Autonomisation : GSEZ offre une formation de conductrice de poids lourds à 50 femmes


 Photo de famille lors du lancement de la formation, le 5 février au port minéralier d’Owendo© Amicale Julien Nkoghe Bekale

Gabon Spécial Economic Zone (GSEZ) et le gouvernement ont procédé mercredi aux lancement officiel du programme de formation exclusive de femmes aux métiers de conducteurs d’engins et de chauffeurs de poids lourds.

Pour le lancement de ce programme, c’est une première vague de 50 femmes qui bénéficieront d’une formation qualifiante gracieusement offerte par Gabon Spécial Economic Zone (GSEZ) et son partenaire CDC.

« Nous sommes tous réunis aujourd’hui autour de 50 femmes, 50 femmes que nous avons vues déterminées, ambitieuses, curieuses, mais surtout parées à relever un défi pas comme les autres : celui de probablement porter les galons du métier de Conductrice d’engins ou de Conducteurs de Poids Lourds », a déclaré Amandine Ogouebandja, représentant GSEZ.

Partenaire du gouvernement dans le développement du Gabon, GSEZ à travers cette action GSEZ poursuit son action dans la recherche d’un meilleur être pour la femme gabonaise.

C’est d’ailleurs le premier ministre, Julien Nkoghe Bekalé qui a procédé à la remise symbolique des kits de formation aux bénéficiaires.

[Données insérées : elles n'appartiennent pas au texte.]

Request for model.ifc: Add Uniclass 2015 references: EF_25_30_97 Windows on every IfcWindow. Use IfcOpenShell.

First a look at what the model holds.

```python
import ifcopenshell

model = ifcopenshell.open("model.ifc")
print(model.schema)
print("classifications:", [c.Name for c in model.by_type("IfcClassification")])
for ifc_class in ("IfcDoor", "IfcRoof", "IfcStair", "IfcWall", "IfcWindow"):
    print(ifc_class, len(model.by_type(ifc_class)))
```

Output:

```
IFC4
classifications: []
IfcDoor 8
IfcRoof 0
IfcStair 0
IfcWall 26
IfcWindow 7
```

```python
import ifcopenshell
import ifcopenshell.api.classification

model = ifcopenshell.open("model.ifc")

system = ifcopenshell.api.classification.add_classification(model, classification="Uniclass 2015")

codes = {
    "IfcWindow": ("EF_25_30_97", "Windows"),
}
for ifc_class, (code, name) in codes.items():
    products = model.by_type(ifc_class)
    ifcopenshell.api.classification.add_reference(
        model, products=products, classification=system, identification=code, name=name
    )
    print(code, len(products))

model.write("model-out.ifc")
```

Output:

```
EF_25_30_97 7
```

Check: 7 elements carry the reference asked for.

Tout en saluant l’initiative du groupe GSEZ, la ministre de la Promotion de la femme, Prisca Koho a encouragé les femmes a donné le meilleur d’elles lors de cette formation. De même qu’elle a souhaité que GSEZ ne s’arrête pas en si bon chemin.

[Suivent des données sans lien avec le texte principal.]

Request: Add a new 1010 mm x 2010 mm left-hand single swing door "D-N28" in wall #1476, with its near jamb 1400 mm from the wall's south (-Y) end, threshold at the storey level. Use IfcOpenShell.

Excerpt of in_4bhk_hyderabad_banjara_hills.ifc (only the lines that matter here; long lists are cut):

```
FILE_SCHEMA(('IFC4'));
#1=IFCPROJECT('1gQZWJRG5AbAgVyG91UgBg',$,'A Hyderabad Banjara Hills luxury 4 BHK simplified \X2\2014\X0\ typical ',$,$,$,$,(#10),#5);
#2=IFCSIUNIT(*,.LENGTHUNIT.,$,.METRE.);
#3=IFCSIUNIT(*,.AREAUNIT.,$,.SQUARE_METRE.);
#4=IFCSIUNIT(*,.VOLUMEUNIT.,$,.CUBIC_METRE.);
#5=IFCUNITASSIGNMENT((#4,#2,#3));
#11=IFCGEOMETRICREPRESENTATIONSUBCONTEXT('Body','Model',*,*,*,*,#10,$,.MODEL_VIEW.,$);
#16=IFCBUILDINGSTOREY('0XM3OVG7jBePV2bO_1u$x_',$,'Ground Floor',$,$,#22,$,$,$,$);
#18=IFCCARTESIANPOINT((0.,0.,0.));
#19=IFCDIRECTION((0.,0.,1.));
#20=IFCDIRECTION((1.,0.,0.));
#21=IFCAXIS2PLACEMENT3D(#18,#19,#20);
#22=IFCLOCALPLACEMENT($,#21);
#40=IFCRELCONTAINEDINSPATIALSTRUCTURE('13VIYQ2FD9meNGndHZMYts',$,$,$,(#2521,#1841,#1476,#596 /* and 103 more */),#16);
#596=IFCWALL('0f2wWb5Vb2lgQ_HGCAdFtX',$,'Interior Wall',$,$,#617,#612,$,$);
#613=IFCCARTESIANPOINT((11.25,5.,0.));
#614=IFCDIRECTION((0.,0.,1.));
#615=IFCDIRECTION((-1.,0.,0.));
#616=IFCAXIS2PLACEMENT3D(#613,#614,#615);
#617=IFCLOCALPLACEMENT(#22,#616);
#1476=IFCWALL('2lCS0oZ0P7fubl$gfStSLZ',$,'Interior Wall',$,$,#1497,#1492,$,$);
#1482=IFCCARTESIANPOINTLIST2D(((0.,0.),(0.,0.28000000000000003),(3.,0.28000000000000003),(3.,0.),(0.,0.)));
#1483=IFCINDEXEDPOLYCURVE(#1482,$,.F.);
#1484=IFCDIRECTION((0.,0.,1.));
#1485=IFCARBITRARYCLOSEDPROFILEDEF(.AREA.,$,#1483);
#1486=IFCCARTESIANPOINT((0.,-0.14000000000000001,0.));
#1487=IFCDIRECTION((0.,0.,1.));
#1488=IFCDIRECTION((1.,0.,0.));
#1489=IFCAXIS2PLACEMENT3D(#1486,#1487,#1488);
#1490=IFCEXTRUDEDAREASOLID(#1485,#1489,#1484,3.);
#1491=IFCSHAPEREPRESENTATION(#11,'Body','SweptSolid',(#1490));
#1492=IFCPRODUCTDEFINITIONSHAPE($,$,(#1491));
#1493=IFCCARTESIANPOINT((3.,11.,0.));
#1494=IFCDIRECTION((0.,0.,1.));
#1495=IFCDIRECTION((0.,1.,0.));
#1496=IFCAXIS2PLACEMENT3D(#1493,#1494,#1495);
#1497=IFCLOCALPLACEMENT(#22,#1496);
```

```python
import numpy as np
import ifcopenshell
import ifcopenshell.api.feature
import ifcopenshell.api.geometry
import ifcopenshell.api.root
import ifcopenshell.api.spatial
import ifcopenshell.geom
import ifcopenshell.util.element
import ifcopenshell.util.placement
import ifcopenshell.util.representation
import ifcopenshell.util.shape
import ifcopenshell.util.unit

model = ifcopenshell.open("in_4bhk_hyderabad_banjara_hills.ifc")
unit_scale = ifcopenshell.util.unit.calculate_unit_scale(model)
settings = ifcopenshell.geom.settings()


def volume(element):
    """Net volume in cubic metres, openings subtracted."""
    shape = ifcopenshell.geom.create_shape(settings, element)
    return ifcopenshell.util.shape.get_volume(shape.geometry)


wall = model.by_guid("2lCS0oZ0P7fubl$gfStSLZ")
storey = ifcopenshell.util.element.get_container(wall, ifc_class="IfcBuildingStorey")
context = ifcopenshell.util.representation.get_context(model, "Model", "Body", "MODEL_VIEW")
before = volume(wall)

width, height, from_end, sill = 1.01, 2.01, 1.4, 0.0  # metres

# The wall runs along its own X axis, and the end named is its -X end.
wall_shape = ifcopenshell.geom.create_shape(settings, wall)
x, y, z = ifcopenshell.util.shape.get_vertices(wall_shape.geometry).T
start = x.min() + from_end
face, thickness = float(y.min()), float(y.max() - y.min())
wall_matrix = ifcopenshell.util.placement.get_local_placement(wall.ObjectPlacement)
level = ifcopenshell.util.placement.get_local_placement(storey.ObjectPlacement)[2, 3]


def in_wall(x, y):
    """Placement at x, y metres in the wall's axes, at sill height."""
    matrix = wall_matrix.copy()
    matrix[:, 3] = wall_matrix @ np.array([x / unit_scale, y / unit_scale, 0.0, 1.0])
    matrix[2, 3] = level + sill / unit_scale
    return matrix


# Opening: a box that overshoots both wall faces by 50 mm.
opening = ifcopenshell.api.root.create_entity(model, ifc_class="IfcOpeningElement", predefined_type="OPENING")
box = ifcopenshell.api.geometry.add_wall_representation(
    model, context=context, length=width, height=height, thickness=thickness + 0.1
)
ifcopenshell.api.geometry.assign_representation(model, product=opening, representation=box)
ifcopenshell.api.geometry.edit_object_placement(model, product=opening, matrix=in_wall(start, face - 0.05), is_si=False)
ifcopenshell.api.feature.add_feature(model, feature=opening, element=wall)

door = ifcopenshell.api.root.create_entity(model, ifc_class="IfcDoor", name="D-N28", predefined_type="DOOR")
door.OverallWidth, door.OverallHeight = width / unit_scale, height / unit_scale
door.OperationType = "SINGLE_SWING_LEFT"
body = ifcopenshell.api.geometry.add_door_representation(
    model,
    context=context,
    overall_width=door.OverallWidth,
    overall_height=door.OverallHeight,
    operation_type="SINGLE_SWING_LEFT",
    lining_properties={"LiningDepth": thickness / unit_scale, "ThresholdDepth": thickness / unit_scale},
)
ifcopenshell.api.geometry.assign_representation(model, product=door, representation=body)
ifcopenshell.api.spatial.assign_container(model, products=[door], relating_structure=storey)
ifcopenshell.api.feature.add_filling(model, opening=opening, element=door)

# The lining spans the wall, so the door starts at the wall face.
ifcopenshell.api.geometry.edit_object_placement(model, product=door, matrix=in_wall(start, face), is_si=False)

after = volume(wall)

print(f"wall volume {before:.3f} -> {after:.3f} m3")

model.write("in_4bhk_hyderabad_banjara_hills_updated.ifc")
```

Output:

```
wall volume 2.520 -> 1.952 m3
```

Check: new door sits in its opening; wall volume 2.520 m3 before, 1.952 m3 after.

« Monsieur le Directeur Général, 50 permis poids lourds, c’est 50 emplois potentiels, c’est 50 familles prises en charge et, sans nul doute, plus de 50 enfants soutenus. Mais il faut aller plus loin, il faut aller plus loin dans cet accompagnement des femmes pour l’autonomisation et l’amélioration de leur conditions de vie », a-t-elle dit.

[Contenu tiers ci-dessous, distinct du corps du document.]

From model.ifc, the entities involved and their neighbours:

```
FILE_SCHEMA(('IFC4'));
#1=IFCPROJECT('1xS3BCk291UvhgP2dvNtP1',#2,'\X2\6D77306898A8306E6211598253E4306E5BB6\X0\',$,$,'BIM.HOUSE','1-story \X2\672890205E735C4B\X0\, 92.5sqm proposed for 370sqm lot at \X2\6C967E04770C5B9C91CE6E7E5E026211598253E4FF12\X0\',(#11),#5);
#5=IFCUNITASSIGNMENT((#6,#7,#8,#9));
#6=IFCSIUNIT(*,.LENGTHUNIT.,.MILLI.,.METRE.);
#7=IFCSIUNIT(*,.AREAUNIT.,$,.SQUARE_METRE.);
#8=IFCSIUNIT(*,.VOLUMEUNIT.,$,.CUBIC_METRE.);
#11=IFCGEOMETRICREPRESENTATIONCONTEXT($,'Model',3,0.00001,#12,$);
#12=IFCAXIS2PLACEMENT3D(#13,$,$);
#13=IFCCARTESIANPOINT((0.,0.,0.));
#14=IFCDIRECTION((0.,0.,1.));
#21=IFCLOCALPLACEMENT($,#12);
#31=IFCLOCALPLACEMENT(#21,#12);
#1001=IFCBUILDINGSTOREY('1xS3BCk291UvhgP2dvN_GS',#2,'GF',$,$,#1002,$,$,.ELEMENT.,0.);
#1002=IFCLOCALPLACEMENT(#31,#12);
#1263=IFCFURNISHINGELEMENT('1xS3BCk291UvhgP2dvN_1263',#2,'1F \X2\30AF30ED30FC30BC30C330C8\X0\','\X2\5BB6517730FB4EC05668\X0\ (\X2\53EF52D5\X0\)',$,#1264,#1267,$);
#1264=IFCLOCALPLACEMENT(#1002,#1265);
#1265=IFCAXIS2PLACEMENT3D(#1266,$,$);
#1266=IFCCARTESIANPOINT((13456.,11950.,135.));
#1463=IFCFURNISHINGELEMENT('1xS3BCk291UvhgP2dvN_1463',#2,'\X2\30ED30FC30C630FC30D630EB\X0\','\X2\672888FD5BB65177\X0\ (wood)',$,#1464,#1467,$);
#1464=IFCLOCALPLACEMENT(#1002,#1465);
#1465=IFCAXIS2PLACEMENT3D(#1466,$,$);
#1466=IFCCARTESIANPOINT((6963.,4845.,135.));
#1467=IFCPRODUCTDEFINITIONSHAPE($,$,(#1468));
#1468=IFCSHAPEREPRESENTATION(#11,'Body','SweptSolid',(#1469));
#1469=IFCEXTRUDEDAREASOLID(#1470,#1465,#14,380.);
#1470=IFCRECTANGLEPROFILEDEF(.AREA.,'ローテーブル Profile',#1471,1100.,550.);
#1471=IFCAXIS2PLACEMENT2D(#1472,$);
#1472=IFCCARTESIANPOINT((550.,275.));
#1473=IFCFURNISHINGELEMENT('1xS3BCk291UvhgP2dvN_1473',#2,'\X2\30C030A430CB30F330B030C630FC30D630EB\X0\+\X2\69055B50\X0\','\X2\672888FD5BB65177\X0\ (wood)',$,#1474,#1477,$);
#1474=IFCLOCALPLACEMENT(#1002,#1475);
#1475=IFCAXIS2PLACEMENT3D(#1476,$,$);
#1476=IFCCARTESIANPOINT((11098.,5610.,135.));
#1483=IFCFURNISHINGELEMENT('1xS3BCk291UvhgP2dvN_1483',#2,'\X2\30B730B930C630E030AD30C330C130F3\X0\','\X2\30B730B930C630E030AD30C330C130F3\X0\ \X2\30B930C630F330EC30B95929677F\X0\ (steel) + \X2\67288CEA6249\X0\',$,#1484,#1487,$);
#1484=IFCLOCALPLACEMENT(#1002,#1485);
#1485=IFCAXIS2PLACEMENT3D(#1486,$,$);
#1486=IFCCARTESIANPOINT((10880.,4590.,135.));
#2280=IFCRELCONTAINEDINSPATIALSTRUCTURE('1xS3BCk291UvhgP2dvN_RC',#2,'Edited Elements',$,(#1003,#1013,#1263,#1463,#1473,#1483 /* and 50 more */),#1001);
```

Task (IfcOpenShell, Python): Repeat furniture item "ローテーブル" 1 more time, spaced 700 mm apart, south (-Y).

```python
import numpy as np
import ifcopenshell
import ifcopenshell.api.geometry
import ifcopenshell.api.root
import ifcopenshell.util.element
import ifcopenshell.util.placement

model = ifcopenshell.open("model.ifc")


def reuse_history(source, copy):
    """copy_class also copies each property set's owner history, people and application; keep the originals."""
    for rel in copy.IsDefinedBy:
        if rel.is_a("IfcRelDefinesByProperties") and (history := rel.RelatingPropertyDefinition.OwnerHistory):
            rel.RelatingPropertyDefinition.OwnerHistory = source.OwnerHistory
            ifcopenshell.util.element.remove_deep2(model, history)


source = model.by_guid("1xS3BCk291UvhgP2dvN_1463")
base = ifcopenshell.util.placement.get_local_placement(source.ObjectPlacement)
step = np.array([0.0, -1.0, 0.0]) * 700.0

for i in range(1, 2):
    copy = ifcopenshell.api.root.copy_class(model, product=source)
    copy.Representation = ifcopenshell.util.element.copy_deep(
        model, source.Representation, exclude=["IfcGeometricRepresentationContext", "IfcRepresentationMap"]
    )
    reuse_history(source, copy)
    matrix = base.copy()
    matrix[:3, 3] += i * step
    print("added at", matrix[:3, 3].round(3) + 0.0)
    ifcopenshell.api.geometry.edit_object_placement(model, product=copy, matrix=matrix, is_si=False)

model.write("model_v2.ifc")
```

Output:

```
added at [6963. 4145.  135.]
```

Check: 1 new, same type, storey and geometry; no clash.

Pensé pour faire de la femme gabonaise un moteur indispensable de l’économie nationale, le projet Com’Elles s’explique à travers une terminologie précise :  C pour Conductrices, O pour Opératrices, M pour Machines et enfin, le pronom, « Elles », pour rehausser le caractère exclusivement féminin de cette formation.